----- Input records
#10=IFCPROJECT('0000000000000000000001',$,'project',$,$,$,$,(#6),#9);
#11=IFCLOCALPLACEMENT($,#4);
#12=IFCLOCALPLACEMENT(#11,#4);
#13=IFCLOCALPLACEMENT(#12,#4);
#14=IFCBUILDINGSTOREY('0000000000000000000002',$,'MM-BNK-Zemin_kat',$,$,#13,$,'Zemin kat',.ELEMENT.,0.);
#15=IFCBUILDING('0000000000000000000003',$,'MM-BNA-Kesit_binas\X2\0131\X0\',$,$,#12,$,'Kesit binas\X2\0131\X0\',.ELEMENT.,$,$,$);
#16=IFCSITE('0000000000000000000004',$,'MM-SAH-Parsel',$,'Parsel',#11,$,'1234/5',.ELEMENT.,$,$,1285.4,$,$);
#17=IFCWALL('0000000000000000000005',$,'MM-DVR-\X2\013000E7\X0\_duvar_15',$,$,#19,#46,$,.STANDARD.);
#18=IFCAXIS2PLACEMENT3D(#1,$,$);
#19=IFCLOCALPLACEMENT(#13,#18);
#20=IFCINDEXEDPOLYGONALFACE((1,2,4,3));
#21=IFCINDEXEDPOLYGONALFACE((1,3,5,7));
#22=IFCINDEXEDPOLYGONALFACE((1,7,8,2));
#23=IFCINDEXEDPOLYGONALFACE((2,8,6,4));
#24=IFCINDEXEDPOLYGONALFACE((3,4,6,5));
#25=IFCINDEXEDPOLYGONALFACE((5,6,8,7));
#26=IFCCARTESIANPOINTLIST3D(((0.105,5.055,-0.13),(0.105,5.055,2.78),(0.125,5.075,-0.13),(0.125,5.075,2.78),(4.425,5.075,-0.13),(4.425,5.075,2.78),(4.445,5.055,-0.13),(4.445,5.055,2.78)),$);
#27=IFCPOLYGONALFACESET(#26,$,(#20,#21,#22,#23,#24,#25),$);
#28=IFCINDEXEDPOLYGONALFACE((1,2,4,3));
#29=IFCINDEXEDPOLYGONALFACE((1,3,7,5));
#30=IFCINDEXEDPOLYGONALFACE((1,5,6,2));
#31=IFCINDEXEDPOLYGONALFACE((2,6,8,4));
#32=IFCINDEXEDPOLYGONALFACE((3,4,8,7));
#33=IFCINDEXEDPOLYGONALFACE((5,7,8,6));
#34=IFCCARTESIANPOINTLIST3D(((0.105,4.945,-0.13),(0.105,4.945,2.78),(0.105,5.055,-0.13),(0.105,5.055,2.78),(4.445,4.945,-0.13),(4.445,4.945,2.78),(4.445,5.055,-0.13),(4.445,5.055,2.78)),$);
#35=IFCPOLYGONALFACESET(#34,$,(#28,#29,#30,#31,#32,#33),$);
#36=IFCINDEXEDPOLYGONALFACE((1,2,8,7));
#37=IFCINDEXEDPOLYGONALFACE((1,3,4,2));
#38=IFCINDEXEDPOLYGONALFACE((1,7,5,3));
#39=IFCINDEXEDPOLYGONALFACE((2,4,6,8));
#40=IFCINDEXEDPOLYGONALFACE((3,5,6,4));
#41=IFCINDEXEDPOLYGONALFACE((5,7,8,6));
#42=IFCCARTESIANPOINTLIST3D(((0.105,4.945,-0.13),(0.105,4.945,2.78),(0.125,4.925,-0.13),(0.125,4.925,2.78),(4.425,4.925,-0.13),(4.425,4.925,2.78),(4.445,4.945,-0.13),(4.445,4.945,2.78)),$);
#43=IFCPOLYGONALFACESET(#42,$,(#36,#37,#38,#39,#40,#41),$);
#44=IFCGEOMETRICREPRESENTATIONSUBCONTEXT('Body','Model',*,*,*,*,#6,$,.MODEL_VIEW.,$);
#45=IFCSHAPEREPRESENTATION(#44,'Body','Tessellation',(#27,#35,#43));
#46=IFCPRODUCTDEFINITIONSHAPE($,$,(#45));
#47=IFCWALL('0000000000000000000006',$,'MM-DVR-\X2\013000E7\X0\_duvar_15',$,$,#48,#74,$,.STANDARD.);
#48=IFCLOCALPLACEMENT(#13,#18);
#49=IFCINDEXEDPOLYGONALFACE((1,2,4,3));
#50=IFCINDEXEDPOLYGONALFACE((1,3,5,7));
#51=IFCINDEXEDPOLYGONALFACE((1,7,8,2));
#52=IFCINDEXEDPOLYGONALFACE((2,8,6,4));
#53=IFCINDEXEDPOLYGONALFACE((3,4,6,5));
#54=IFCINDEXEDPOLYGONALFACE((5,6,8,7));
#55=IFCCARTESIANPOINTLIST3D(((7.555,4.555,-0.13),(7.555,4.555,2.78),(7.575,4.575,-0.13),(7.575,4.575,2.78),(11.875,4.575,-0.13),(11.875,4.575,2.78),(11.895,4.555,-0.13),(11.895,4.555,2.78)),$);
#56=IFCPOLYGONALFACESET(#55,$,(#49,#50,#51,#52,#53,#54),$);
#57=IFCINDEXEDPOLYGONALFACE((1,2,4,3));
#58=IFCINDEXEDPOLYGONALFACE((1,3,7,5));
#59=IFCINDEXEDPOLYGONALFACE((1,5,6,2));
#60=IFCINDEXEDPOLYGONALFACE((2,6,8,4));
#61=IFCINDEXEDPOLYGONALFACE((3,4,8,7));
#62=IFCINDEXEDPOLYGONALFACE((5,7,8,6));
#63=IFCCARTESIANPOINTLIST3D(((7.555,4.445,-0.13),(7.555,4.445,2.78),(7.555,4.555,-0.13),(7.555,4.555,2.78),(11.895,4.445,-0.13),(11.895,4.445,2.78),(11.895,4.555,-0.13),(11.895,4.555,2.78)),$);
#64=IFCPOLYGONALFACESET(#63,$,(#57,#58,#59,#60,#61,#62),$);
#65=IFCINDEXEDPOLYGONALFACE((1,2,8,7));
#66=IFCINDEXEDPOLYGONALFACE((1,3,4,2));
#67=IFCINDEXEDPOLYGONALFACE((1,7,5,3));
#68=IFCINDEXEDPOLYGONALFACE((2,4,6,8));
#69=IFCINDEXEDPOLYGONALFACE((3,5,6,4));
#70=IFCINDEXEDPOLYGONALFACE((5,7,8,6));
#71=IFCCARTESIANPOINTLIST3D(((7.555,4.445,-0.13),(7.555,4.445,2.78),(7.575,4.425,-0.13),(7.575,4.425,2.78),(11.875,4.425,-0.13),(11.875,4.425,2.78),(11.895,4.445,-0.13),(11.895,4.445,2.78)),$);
----------
What is expected:
Reproduce the records above exactly, from the first line through the line containing "#40=IFCINDEXEDPOLYGONALFACE((3,5,6,4));", and output nothing else.

Response below:
#10=IFCPROJECT('0000000000000000000001',$,'project',$,$,$,$,(#6),#9);
#11=IFCLOCALPLACEMENT($,#4);
#12=IFCLOCALPLACEMENT(#11,#4);
#13=IFCLOCALPLACEMENT(#12,#4);
#14=IFCBUILDINGSTOREY('0000000000000000000002',$,'MM-BNK-Zemin_kat',$,$,#13,$,'Zemin kat',.ELEMENT.,0.);
#15=IFCBUILDING('0000000000000000000003',$,'MM-BNA-Kesit_binas\X2\0131\X0\',$,$,#12,$,'Kesit binas\X2\0131\X0\',.ELEMENT.,$,$,$);
#16=IFCSITE('0000000000000000000004',$,'MM-SAH-Parsel',$,'Parsel',#11,$,'1234/5',.ELEMENT.,$,$,1285.4,$,$);
#17=IFCWALL('0000000000000000000005',$,'MM-DVR-\X2\013000E7\X0\_duvar_15',$,$,#19,#46,$,.STANDARD.);
#18=IFCAXIS2PLACEMENT3D(#1,$,$);
#19=IFCLOCALPLACEMENT(#13,#18);
#20=IFCINDEXEDPOLYGONALFACE((1,2,4,3));
#21=IFCINDEXEDPOLYGONALFACE((1,3,5,7));
#22=IFCINDEXEDPOLYGONALFACE((1,7,8,2));
#23=IFCINDEXEDPOLYGONALFACE((2,8,6,4));
#24=IFCINDEXEDPOLYGONALFACE((3,4,6,5));
#25=IFCINDEXEDPOLYGONALFACE((5,6,8,7));
#26=IFCCARTESIANPOINTLIST3D(((0.105,5.055,-0.13),(0.105,5.055,2.78),(0.125,5.075,-0.13),(0.125,5.075,2.78),(4.425,5.075,-0.13),(4.425,5.075,2.78),(4.445,5.055,-0.13),(4.445,5.055,2.78)),$);
#27=IFCPOLYGONALFACESET(#26,$,(#20,#21,#22,#23,#24,#25),$);
#28=IFCINDEXEDPOLYGONALFACE((1,2,4,3));
#29=IFCINDEXEDPOLYGONALFACE((1,3,7,5));
#30=IFCINDEXEDPOLYGONALFACE((1,5,6,2));
#31=IFCINDEXEDPOLYGONALFACE((2,6,8,4));
#32=IFCINDEXEDPOLYGONALFACE((3,4,8,7));
#33=IFCINDEXEDPOLYGONALFACE((5,7,8,6));
#34=IFCCARTESIANPOINTLIST3D(((0.105,4.945,-0.13),(0.105,4.945,2.78),(0.105,5.055,-0.13),(0.105,5.055,2.78),(4.445,4.945,-0.13),(4.445,4.945,2.78),(4.445,5.055,-0.13),(4.445,5.055,2.78)),$);
#35=IFCPOLYGONALFACESET(#34,$,(#28,#29,#30,#31,#32,#33),$);
#36=IFCINDEXEDPOLYGONALFACE((1,2,8,7));
#37=IFCINDEXEDPOLYGONALFACE((1,3,4,2));
#38=IFCINDEXEDPOLYGONALFACE((1,7,5,3));
#39=IFCINDEXEDPOLYGONALFACE((2,4,6,8));
#40=IFCINDEXEDPOLYGONALFACE((3,5,6,4));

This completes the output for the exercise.